• Available data:
-.-.-
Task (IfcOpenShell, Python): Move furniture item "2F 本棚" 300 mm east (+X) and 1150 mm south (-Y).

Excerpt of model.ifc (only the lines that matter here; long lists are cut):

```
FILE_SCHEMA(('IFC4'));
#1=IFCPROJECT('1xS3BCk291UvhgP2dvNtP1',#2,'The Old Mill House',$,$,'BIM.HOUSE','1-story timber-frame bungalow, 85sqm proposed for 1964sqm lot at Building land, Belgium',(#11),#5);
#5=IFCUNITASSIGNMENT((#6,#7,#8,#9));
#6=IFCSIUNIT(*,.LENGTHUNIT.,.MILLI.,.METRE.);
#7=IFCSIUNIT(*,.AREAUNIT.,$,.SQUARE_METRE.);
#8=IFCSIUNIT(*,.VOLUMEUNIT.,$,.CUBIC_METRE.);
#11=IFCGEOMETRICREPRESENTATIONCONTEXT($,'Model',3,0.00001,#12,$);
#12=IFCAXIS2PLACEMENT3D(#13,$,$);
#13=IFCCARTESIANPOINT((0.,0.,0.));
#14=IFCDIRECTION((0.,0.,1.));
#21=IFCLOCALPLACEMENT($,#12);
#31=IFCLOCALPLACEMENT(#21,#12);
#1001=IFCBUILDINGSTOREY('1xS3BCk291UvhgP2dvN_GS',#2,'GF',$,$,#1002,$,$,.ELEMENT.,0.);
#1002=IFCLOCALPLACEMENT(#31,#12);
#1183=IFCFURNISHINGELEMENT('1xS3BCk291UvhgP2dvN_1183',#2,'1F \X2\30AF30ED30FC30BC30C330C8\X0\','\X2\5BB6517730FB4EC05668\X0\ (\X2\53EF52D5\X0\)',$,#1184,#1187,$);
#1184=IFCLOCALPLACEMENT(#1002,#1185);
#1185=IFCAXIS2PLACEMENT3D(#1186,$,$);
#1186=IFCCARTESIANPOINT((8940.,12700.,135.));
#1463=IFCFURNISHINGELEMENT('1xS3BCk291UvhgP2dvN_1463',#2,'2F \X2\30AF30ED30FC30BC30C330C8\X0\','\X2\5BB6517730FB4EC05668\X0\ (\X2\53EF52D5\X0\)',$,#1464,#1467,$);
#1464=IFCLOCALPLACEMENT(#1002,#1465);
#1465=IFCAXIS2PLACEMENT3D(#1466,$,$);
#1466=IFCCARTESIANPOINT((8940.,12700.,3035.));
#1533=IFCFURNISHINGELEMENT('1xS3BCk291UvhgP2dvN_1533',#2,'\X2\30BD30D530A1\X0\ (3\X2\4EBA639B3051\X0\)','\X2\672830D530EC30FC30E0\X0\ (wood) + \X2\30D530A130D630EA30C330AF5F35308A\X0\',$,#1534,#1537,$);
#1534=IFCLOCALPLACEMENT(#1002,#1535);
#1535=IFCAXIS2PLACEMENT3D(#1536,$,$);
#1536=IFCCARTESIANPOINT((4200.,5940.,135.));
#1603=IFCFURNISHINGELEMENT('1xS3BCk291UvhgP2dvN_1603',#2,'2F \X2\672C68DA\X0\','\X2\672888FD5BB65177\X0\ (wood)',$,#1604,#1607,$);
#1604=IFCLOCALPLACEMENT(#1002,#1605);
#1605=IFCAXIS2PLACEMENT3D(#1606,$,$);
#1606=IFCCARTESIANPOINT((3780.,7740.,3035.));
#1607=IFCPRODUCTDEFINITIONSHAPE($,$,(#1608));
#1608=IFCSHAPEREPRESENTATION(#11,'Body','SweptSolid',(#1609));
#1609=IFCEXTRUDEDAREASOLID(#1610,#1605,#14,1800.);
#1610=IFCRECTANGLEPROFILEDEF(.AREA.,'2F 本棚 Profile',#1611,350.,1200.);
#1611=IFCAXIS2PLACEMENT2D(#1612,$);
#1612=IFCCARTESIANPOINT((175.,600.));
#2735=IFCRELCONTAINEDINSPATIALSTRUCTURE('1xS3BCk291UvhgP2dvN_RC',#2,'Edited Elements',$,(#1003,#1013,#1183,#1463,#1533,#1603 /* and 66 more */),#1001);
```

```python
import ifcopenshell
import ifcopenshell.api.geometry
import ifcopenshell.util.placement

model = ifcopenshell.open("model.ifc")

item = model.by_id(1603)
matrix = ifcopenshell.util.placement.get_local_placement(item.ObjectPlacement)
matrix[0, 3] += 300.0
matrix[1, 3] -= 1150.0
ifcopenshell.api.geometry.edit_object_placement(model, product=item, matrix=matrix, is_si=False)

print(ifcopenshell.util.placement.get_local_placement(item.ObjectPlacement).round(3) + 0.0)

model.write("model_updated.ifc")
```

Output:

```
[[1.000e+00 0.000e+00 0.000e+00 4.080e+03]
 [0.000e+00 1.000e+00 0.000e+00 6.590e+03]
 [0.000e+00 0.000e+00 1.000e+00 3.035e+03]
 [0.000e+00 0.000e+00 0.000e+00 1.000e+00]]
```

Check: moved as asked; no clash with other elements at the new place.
-.-.-
• Task instructions: Reproduce the data above in full, keeping it exactly the same.

• Solution for this task:
Task (IfcOpenShell, Python): Move furniture item "2F 本棚" 300 mm east (+X) and 1150 mm south (-Y).

Excerpt of model.ifc (only the lines that matter here; long lists are cut):

```
FILE_SCHEMA(('IFC4'));
#1=IFCPROJECT('1xS3BCk291UvhgP2dvNtP1',#2,'The Old Mill House',$,$,'BIM.HOUSE','1-story timber-frame bungalow, 85sqm proposed for 1964sqm lot at Building land, Belgium',(#11),#5);
#5=IFCUNITASSIGNMENT((#6,#7,#8,#9));
#6=IFCSIUNIT(*,.LENGTHUNIT.,.MILLI.,.METRE.);
#7=IFCSIUNIT(*,.AREAUNIT.,$,.SQUARE_METRE.);
#8=IFCSIUNIT(*,.VOLUMEUNIT.,$,.CUBIC_METRE.);
#11=IFCGEOMETRICREPRESENTATIONCONTEXT($,'Model',3,0.00001,#12,$);
#12=IFCAXIS2PLACEMENT3D(#13,$,$);
#13=IFCCARTESIANPOINT((0.,0.,0.));
#14=IFCDIRECTION((0.,0.,1.));
#21=IFCLOCALPLACEMENT($,#12);
#31=IFCLOCALPLACEMENT(#21,#12);
#1001=IFCBUILDINGSTOREY('1xS3BCk291UvhgP2dvN_GS',#2,'GF',$,$,#1002,$,$,.ELEMENT.,0.);
#1002=IFCLOCALPLACEMENT(#31,#12);
#1183=IFCFURNISHINGELEMENT('1xS3BCk291UvhgP2dvN_1183',#2,'1F \X2\30AF30ED30FC30BC30C330C8\X0\','\X2\5BB6517730FB4EC05668\X0\ (\X2\53EF52D5\X0\)',$,#1184,#1187,$);
#1184=IFCLOCALPLACEMENT(#1002,#1185);
#1185=IFCAXIS2PLACEMENT3D(#1186,$,$);
#1186=IFCCARTESIANPOINT((8940.,12700.,135.));
#1463=IFCFURNISHINGELEMENT('1xS3BCk291UvhgP2dvN_1463',#2,'2F \X2\30AF30ED30FC30BC30C330C8\X0\','\X2\5BB6517730FB4EC05668\X0\ (\X2\53EF52D5\X0\)',$,#1464,#1467,$);
#1464=IFCLOCALPLACEMENT(#1002,#1465);
#1465=IFCAXIS2PLACEMENT3D(#1466,$,$);
#1466=IFCCARTESIANPOINT((8940.,12700.,3035.));
#1533=IFCFURNISHINGELEMENT('1xS3BCk291UvhgP2dvN_1533',#2,'\X2\30BD30D530A1\X0\ (3\X2\4EBA639B3051\X0\)','\X2\672830D530EC30FC30E0\X0\ (wood) + \X2\30D530A130D630EA30C330AF5F35308A\X0\',$,#1534,#1537,$);
#1534=IFCLOCALPLACEMENT(#1002,#1535);
#1535=IFCAXIS2PLACEMENT3D(#1536,$,$);
#1536=IFCCARTESIANPOINT((4200.,5940.,135.));
#1603=IFCFURNISHINGELEMENT('1xS3BCk291UvhgP2dvN_1603',#2,'2F \X2\672C68DA\X0\','\X2\672888FD5BB65177\X0\ (wood)',$,#1604,#1607,$);
#1604=IFCLOCALPLACEMENT(#1002,#1605);
#1605=IFCAXIS2PLACEMENT3D(#1606,$,$);
#1606=IFCCARTESIANPOINT((3780.,7740.,3035.));
#1607=IFCPRODUCTDEFINITIONSHAPE($,$,(#1608));
#1608=IFCSHAPEREPRESENTATION(#11,'Body','SweptSolid',(#1609));
#1609=IFCEXTRUDEDAREASOLID(#1610,#1605,#14,1800.);
#1610=IFCRECTANGLEPROFILEDEF(.AREA.,'2F 本棚 Profile',#1611,350.,1200.);
#1611=IFCAXIS2PLACEMENT2D(#1612,$);
#1612=IFCCARTESIANPOINT((175.,600.));
#2735=IFCRELCONTAINEDINSPATIALSTRUCTURE('1xS3BCk291UvhgP2dvN_RC',#2,'Edited Elements',$,(#1003,#1013,#1183,#1463,#1533,#1603 /* and 66 more */),#1001);
```

```python
import ifcopenshell
import ifcopenshell.api.geometry
import ifcopenshell.util.placement

model = ifcopenshell.open("model.ifc")

item = model.by_id(1603)
matrix = ifcopenshell.util.placement.get_local_placement(item.ObjectPlacement)
matrix[0, 3] += 300.0
matrix[1, 3] -= 1150.0
ifcopenshell.api.geometry.edit_object_placement(model, product=item, matrix=matrix, is_si=False)

print(ifcopenshell.util.placement.get_local_placement(item.ObjectPlacement).round(3) + 0.0)

model.write("model_updated.ifc")
```

Output:

```
[[1.000e+00 0.000e+00 0.000e+00 4.080e+03]
 [0.000e+00 1.000e+00 0.000e+00 6.590e+03]
 [0.000e+00 0.000e+00 1.000e+00 3.035e+03]
 [0.000e+00 0.000e+00 0.000e+00 1.000e+00]]
```

Check: moved as asked; no clash with other elements at the new place.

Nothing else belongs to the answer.